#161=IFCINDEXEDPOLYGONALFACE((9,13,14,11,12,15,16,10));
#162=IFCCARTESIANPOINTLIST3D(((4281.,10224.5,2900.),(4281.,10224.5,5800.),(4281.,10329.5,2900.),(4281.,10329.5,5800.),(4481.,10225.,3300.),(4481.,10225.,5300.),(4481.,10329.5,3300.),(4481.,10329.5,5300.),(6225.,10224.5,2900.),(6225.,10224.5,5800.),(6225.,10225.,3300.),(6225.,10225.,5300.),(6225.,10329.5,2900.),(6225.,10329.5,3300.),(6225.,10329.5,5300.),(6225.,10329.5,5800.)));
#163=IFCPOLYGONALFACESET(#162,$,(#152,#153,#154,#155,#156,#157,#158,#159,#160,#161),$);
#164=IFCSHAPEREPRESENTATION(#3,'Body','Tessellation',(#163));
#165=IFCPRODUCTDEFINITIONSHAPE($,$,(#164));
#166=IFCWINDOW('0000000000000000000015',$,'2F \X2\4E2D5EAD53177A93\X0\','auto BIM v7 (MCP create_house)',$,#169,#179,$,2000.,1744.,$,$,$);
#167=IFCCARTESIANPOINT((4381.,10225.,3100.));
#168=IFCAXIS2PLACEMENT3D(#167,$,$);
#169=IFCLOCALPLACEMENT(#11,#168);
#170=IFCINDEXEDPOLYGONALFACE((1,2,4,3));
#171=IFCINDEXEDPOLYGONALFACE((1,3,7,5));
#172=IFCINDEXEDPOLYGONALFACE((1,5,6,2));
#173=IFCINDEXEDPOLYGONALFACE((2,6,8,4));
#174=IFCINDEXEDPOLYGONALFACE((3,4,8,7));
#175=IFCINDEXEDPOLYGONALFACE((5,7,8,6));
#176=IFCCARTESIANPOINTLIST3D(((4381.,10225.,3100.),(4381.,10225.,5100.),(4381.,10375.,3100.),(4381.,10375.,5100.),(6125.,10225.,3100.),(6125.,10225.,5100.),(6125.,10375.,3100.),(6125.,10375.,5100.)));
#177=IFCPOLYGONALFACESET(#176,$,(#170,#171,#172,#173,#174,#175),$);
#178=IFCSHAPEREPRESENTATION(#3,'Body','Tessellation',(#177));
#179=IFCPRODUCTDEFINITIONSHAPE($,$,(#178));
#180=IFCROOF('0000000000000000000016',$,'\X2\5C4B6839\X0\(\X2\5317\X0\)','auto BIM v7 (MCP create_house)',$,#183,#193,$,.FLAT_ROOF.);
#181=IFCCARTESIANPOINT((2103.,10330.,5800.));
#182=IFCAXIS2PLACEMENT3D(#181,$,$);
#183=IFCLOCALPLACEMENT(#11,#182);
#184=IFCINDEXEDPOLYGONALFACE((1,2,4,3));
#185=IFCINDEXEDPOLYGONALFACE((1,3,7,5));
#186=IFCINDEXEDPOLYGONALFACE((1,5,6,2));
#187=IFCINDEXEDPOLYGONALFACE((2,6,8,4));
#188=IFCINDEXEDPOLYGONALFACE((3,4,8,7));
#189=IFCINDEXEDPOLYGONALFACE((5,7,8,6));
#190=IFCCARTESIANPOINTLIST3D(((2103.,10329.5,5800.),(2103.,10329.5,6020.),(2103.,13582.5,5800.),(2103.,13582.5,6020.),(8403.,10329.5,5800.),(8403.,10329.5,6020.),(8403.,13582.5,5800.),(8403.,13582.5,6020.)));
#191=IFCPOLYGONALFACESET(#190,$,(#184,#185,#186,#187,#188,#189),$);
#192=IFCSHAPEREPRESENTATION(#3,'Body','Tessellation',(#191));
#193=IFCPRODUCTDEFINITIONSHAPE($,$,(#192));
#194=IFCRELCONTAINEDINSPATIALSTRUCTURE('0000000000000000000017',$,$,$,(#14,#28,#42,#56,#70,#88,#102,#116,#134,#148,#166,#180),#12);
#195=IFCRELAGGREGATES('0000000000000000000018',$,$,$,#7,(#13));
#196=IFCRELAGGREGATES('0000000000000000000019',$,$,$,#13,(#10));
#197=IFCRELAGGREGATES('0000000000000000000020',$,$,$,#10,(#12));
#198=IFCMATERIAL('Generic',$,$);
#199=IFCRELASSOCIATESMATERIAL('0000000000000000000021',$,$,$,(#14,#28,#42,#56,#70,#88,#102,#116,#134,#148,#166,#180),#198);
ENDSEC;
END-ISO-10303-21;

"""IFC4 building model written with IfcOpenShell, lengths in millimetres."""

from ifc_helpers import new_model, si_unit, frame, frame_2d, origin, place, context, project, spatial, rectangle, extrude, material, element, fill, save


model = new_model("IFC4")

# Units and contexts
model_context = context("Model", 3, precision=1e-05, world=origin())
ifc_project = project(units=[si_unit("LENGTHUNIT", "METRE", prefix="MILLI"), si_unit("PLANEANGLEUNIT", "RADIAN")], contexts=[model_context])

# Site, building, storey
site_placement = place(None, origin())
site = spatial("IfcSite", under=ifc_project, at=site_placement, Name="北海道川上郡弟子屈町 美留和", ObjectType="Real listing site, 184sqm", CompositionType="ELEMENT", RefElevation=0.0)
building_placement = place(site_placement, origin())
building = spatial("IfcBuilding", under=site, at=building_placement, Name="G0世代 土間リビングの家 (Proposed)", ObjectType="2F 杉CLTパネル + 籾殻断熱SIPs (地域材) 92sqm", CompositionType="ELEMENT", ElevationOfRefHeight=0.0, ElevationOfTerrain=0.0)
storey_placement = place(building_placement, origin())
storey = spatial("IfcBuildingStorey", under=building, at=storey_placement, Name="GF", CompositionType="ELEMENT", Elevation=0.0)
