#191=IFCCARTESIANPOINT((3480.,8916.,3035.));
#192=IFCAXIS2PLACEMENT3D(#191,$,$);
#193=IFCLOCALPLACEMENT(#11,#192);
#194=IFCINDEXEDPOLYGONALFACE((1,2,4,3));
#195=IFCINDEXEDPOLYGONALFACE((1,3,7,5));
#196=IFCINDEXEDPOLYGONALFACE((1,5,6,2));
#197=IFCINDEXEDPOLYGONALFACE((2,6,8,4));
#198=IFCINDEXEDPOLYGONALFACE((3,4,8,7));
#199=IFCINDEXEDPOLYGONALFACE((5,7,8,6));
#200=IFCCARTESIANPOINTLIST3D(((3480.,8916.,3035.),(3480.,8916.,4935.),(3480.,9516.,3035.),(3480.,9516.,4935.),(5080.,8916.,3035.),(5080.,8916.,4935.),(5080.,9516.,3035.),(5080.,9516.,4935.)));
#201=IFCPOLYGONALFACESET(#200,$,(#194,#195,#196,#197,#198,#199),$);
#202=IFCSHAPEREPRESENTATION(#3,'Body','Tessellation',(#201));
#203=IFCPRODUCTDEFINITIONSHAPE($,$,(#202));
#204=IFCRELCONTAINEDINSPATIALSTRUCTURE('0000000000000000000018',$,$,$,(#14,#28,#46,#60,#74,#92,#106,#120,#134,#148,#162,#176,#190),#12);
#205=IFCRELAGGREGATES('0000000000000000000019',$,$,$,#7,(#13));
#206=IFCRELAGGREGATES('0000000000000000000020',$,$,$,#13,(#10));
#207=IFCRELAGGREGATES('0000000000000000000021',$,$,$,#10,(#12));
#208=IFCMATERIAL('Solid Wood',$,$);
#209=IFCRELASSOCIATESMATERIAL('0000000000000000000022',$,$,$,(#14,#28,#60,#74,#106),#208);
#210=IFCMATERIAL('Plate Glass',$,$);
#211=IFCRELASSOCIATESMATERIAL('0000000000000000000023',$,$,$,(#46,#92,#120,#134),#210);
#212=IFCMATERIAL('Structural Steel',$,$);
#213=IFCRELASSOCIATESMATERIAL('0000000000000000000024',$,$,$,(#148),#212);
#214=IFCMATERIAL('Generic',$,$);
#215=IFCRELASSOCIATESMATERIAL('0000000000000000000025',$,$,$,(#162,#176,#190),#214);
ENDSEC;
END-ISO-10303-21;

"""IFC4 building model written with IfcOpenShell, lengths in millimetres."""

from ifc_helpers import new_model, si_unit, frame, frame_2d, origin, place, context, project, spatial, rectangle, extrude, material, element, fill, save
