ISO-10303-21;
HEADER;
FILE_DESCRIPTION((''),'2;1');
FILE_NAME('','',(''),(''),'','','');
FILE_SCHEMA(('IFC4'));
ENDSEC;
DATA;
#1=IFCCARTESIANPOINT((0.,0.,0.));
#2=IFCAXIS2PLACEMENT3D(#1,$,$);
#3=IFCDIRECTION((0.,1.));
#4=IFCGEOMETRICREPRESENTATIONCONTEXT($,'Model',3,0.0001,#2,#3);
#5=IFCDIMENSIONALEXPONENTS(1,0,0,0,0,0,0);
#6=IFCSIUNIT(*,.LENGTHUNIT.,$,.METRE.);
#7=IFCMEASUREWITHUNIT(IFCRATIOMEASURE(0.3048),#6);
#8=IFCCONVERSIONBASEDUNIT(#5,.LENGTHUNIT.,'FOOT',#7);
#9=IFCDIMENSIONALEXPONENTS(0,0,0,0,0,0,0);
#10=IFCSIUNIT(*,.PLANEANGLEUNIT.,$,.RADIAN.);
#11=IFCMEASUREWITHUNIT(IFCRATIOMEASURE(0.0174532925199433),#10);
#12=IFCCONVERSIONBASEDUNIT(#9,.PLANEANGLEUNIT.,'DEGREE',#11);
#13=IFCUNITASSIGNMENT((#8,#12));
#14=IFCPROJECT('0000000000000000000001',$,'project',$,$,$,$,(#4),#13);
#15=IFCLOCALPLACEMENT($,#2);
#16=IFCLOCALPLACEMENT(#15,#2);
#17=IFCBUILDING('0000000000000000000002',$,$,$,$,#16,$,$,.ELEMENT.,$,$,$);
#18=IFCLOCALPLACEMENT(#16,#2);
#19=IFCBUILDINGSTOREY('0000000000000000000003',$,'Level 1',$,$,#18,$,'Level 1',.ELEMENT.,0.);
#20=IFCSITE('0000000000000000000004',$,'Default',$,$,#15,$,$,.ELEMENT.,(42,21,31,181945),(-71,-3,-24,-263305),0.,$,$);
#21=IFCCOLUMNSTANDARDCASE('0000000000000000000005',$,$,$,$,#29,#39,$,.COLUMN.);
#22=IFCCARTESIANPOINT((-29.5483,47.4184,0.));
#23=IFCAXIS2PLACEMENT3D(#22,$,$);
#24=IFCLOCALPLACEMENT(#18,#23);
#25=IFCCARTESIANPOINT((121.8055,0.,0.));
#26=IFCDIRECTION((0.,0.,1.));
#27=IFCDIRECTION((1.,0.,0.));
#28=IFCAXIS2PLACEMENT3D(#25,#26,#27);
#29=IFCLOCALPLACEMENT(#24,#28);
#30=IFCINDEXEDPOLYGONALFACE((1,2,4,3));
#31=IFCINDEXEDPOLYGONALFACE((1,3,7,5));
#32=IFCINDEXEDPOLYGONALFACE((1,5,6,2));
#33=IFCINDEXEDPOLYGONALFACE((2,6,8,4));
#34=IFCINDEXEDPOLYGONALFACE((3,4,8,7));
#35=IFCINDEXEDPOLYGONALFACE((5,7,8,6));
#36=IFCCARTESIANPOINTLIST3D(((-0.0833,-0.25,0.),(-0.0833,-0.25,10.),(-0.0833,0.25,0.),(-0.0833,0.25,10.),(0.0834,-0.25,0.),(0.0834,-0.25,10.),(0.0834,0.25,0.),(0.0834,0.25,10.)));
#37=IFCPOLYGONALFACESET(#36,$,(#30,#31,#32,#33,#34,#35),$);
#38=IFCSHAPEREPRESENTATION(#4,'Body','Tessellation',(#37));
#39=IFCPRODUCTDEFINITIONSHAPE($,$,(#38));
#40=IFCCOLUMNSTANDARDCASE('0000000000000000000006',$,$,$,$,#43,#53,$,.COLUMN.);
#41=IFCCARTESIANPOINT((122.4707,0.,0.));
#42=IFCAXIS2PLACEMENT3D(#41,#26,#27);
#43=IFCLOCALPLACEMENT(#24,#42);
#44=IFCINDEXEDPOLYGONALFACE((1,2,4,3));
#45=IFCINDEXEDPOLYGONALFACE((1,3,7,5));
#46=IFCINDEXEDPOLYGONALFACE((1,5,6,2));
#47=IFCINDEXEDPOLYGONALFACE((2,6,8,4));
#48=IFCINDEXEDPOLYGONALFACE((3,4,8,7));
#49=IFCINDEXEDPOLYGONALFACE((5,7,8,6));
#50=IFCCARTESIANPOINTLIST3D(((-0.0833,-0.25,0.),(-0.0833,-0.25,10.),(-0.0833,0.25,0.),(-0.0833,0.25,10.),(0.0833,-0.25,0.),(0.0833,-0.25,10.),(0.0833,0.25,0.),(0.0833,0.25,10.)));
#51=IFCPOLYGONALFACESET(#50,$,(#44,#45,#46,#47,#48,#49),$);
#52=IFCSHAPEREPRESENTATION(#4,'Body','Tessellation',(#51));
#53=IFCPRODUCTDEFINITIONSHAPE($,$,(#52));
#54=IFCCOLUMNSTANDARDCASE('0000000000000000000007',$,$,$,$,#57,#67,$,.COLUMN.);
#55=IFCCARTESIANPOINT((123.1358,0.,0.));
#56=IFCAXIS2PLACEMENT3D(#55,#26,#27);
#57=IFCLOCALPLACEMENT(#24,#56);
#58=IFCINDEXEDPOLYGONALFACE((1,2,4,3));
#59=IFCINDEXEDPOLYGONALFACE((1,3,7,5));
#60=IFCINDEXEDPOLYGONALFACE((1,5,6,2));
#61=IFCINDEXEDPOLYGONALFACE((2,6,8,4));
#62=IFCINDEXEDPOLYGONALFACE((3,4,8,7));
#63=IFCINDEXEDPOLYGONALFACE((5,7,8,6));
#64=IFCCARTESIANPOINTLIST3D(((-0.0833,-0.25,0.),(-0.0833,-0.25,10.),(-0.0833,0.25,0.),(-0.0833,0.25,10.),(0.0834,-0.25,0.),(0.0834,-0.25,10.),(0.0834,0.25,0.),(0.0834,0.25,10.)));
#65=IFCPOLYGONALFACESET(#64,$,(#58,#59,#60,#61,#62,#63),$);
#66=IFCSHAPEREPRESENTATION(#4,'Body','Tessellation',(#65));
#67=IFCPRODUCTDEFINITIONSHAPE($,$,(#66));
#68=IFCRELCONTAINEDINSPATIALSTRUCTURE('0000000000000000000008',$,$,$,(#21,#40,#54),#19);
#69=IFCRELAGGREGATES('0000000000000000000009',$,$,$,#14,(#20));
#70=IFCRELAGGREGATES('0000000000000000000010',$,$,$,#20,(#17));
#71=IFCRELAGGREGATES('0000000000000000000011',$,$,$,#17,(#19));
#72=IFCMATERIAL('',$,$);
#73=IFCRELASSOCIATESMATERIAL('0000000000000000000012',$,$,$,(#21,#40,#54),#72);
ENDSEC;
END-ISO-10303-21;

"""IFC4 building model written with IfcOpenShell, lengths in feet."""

from ifc_helpers import new_model, entity, si_unit, converted_unit, direction, frame, origin, place, context, project, spatial, rectangle, extrude, material, element, save


model = new_model("IFC4")

# Units and contexts
model_context = context("Model", 3, precision=0.0001, world=origin(), true_north=direction((0.0, 1.0)))
ifc_project = project(units=[converted_unit("LENGTHUNIT", "FOOT", entity("IfcRatioMeasure", 0.3048), si_unit("LENGTHUNIT", "METRE"), dimensions=[1, 0, 0, 0, 0, 0, 0]), converted_unit("PLANEANGLEUNIT", "DEGREE", entity("IfcRatioMeasure", 0.0174532925199433), si_unit("PLANEANGLEUNIT", "RADIAN"), dimensions=[0, 0, 0, 0, 0, 0, 0])], contexts=[model_context])

# Site, building, storey
site_placement = place(None, origin())
site = spatial("IfcSite", under=ifc_project, at=site_placement, Name="Default", CompositionType="ELEMENT", RefLatitude=(42, 21, 31, 181945), RefLongitude=(-71, -3, -24, -263305), RefElevation=0.0)
building_placement = place(site_placement, origin())
building = spatial("IfcBuilding", under=site, at=building_placement, CompositionType="ELEMENT")
storey_placement = place(building_placement, origin())
storey = spatial("IfcBuildingStorey", under=building, at=storey_placement, Name="Level 1", LongName="Level 1", CompositionType="ELEMENT", Elevation=0.0)

# Columns
ifc_material = material(Name="")
placement = place(storey_placement, frame((-29.5483, 47.4184, 0.0)))
for number, where, z_axis, x_axis in (
    (1, (121.8055, 0.0, 0.0), (0.0, 0.0, 1.0), (1.0, 0.0, 0.0)),
    (2, (122.4707, 0.0, 0.0), (0.0, 0.0, 1.0), (1.0, 0.0, 0.0)),
    (3, (123.1358, 0.0, 0.0), (0.0, 0.0, 1.0), (1.0, 0.0, 0.0)),
):
    element("IfcColumnStandardCase", number, at=place(placement, frame(where, z_axis=z_axis, x_axis=x_axis)), inside=storey, material=ifc_material, PredefinedType="COLUMN", context=model_context, shape_type="SweptSolid", body=[
        extrude(rectangle(XDim=0.1667, YDim=0.5), origin(), (0.0, 0.0, 1.0), 10.0),
    ])

save(model, "model.ifc")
###
-- Problem to solve --
Look through the material above for the string "IFCCONVERSIONBASEDUNIT" and copy each line that has it.

-- Result --
#8=IFCCONVERSIONBASEDUNIT(#5,.LENGTHUNIT.,'FOOT',#7);
#12=IFCCONVERSIONBASEDUNIT(#9,.PLANEANGLEUNIT.,'DEGREE',#11);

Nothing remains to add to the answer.